# Cube Sattel



## Wollbuchse (20. Dezember 2016)

Hallo,

Hat jemand von Euch Erfahrung mit diesem Sattel Cube Natural fit:

https://www.cube.eu/equipment/fahrradteile/saettel/product/cube-natural-fit-saddle-tour-exc/

Ich schwanke zwischen diesem und dem Sqlab 611 active auf einem Cube Hardtail

Gruß
Wollbuchse


----------



## le duy nhut (21. Dezember 2016)

Kostet der sq Sattel nicht fast das doppelte?

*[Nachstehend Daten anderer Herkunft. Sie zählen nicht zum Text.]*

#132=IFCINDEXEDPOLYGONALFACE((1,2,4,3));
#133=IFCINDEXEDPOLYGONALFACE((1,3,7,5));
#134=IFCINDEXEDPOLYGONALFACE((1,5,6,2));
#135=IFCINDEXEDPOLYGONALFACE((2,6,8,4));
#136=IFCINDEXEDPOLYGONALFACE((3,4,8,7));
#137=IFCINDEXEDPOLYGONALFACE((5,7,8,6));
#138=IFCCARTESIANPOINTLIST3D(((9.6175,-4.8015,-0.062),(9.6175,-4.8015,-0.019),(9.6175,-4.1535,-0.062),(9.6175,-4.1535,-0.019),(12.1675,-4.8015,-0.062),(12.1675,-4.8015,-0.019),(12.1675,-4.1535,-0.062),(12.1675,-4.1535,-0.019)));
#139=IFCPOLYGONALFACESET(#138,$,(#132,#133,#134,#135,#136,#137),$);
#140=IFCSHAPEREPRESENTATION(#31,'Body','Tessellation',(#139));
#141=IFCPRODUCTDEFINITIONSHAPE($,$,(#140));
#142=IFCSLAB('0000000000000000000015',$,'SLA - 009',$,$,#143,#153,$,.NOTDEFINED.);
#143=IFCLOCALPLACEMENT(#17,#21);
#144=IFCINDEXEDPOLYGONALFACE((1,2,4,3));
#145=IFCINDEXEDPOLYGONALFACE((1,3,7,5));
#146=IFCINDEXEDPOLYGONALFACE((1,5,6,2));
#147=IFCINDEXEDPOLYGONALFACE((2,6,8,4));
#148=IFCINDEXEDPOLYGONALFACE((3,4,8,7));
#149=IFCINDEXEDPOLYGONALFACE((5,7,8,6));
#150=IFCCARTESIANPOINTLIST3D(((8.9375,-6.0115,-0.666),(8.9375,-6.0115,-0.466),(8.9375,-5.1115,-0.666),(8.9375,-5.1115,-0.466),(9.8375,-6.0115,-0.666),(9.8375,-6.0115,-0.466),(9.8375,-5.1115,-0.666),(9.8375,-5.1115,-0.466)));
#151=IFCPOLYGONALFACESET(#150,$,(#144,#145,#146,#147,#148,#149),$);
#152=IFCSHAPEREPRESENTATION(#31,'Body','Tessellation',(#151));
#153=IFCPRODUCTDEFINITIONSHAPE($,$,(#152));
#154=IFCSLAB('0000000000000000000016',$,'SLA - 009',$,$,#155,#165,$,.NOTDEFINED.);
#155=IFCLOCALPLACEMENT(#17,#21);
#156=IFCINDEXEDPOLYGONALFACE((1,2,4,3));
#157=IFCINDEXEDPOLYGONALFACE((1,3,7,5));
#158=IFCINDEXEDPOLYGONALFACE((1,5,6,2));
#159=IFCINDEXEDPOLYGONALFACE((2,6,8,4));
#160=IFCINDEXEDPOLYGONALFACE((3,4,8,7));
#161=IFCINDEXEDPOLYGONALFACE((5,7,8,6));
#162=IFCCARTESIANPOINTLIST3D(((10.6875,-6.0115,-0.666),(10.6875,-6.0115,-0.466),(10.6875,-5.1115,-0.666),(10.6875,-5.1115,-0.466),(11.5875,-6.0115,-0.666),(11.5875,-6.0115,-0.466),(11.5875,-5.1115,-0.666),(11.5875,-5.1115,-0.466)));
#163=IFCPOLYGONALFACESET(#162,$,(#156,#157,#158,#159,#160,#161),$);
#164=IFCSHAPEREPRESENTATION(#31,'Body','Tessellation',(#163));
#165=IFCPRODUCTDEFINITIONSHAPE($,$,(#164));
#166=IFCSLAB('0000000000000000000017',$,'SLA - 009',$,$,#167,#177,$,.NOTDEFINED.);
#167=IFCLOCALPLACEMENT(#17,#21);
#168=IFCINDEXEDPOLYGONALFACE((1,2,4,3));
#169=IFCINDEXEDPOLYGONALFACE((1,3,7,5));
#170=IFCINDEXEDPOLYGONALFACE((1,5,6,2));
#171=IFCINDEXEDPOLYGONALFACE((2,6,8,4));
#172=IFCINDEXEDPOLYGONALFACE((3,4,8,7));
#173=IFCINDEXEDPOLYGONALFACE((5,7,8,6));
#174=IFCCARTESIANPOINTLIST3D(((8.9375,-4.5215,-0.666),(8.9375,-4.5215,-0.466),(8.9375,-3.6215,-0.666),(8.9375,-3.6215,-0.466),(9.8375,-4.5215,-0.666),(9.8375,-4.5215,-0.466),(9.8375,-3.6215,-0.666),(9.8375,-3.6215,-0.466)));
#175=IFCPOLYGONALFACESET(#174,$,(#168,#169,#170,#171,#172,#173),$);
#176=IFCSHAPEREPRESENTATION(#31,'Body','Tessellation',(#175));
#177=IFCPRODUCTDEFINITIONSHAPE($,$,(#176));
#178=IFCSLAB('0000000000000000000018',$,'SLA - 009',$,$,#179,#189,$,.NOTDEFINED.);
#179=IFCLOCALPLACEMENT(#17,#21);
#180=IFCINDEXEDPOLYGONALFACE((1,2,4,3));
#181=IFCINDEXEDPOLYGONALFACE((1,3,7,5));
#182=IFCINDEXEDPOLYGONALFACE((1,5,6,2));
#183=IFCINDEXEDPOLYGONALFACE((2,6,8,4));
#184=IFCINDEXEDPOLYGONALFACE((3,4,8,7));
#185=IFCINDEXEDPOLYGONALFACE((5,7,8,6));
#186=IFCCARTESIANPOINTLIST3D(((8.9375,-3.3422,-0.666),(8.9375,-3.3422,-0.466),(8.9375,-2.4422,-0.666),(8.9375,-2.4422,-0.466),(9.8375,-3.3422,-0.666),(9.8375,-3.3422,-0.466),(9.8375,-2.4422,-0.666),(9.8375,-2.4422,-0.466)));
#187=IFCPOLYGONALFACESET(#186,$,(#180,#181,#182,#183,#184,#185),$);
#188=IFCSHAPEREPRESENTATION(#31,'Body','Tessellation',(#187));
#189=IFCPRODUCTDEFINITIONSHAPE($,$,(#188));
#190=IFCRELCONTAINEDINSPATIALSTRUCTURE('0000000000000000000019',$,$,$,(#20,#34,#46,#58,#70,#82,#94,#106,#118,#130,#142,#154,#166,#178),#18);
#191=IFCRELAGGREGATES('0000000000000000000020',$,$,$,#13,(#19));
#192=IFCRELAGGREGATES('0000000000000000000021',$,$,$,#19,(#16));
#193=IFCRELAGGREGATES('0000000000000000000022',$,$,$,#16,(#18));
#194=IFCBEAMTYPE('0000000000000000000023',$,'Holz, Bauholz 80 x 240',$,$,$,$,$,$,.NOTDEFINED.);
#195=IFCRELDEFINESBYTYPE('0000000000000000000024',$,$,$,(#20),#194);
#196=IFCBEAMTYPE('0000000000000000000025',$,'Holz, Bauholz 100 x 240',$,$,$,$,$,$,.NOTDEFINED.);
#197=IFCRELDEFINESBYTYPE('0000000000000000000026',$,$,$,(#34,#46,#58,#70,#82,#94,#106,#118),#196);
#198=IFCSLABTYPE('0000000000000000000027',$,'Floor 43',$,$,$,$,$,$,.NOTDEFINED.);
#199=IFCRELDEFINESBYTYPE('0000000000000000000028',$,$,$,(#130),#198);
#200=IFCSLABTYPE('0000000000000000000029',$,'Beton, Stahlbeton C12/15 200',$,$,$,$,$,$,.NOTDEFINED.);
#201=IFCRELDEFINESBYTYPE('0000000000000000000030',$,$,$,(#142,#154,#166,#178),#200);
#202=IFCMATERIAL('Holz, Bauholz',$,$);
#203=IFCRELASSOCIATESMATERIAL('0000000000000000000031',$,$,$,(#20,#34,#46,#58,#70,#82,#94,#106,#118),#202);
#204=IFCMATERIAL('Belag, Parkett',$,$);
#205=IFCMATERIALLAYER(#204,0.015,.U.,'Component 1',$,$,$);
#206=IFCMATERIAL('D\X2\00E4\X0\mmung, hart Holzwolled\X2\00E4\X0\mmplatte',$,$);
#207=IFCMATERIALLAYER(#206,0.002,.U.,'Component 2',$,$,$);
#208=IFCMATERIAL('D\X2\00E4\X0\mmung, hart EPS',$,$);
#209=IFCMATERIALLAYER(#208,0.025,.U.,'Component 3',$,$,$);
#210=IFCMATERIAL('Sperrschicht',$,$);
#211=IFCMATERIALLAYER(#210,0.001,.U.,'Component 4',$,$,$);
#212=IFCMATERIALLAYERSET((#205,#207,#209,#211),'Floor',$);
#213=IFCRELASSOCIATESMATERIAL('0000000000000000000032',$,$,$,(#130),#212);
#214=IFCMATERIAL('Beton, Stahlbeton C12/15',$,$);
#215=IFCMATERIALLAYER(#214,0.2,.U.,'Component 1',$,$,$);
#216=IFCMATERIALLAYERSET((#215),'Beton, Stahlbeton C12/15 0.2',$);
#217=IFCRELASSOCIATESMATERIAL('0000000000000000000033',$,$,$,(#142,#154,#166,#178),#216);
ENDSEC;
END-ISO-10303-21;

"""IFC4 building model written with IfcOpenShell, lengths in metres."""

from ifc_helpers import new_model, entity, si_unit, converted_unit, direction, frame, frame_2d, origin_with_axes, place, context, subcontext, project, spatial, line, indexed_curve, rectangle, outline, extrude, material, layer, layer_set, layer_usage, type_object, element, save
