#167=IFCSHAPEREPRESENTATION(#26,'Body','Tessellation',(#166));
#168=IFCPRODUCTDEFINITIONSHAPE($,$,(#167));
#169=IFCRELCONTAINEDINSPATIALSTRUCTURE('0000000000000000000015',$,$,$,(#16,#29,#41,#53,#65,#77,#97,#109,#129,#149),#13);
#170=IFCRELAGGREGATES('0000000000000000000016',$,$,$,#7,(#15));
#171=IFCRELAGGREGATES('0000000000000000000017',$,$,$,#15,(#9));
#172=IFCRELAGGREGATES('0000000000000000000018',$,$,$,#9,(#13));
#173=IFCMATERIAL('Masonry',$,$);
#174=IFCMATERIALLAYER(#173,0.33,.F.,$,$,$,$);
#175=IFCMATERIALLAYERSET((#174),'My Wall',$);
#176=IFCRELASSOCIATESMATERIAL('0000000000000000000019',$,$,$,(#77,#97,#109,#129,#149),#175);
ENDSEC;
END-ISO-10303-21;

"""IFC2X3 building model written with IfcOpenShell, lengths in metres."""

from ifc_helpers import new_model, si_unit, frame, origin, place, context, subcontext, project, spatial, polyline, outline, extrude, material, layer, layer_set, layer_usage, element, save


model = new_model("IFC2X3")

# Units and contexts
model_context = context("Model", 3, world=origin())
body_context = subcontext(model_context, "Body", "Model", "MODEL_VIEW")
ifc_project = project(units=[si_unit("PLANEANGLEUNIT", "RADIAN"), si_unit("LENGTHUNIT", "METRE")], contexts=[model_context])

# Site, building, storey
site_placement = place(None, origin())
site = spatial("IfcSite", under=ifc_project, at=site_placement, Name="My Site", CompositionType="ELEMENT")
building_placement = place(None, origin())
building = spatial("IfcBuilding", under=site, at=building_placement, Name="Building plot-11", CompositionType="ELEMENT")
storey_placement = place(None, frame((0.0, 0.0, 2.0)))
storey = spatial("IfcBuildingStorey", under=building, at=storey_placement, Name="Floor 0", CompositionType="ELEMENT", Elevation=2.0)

Hatte einen 611er und war sehr tufrieden damit.
Über Cube kann ich nichts sagen, außer das er mir zu teuer wäre.


----------



## MTB-News.de




----------



## Wollbuchse (21. Dezember 2016)

Ne, das doppelte kostet der nicht. 
Den gibt es für knapp über 100 und ist somit nicht so weit entfernt

Der Sqlab fühlt sich so hart an und ich würde gern ohne Polster fahren. 
Daher der Plan, den Cube mit Gel zu nehmen


----------



## le duy nhut (21. Dezember 2016)

Wenn sich das Hinterteil an den SQ Lab gewöhnt hat, wirkt er nicht mehr so hart. Im Gegensatz zu dem selle Italia, den ich vorher hatte. 
Jedoch darf der SQ nicht zu breit gewählt werden, was meiner (14er) vermutlich war. Hatte danach Probleme mit der Haut um die Sitzknochen. Sie fühlte sich an wie "eingeklemmt".


----------



## Stereo150 (19. Januar 2017)

Ich hab mir für mein Hardtail den SQ Lab gegönnt. Ich hab lange zur Eingewöhnung gebraucht. Wenn ich jetzt den cube Sattel an meinem neuen Stereo150 mit dem SQ lab vergleiche ist letzterer um Welten besser. Ein Traum wenn sich der Hintern mal dran gewöhnt hat.


----------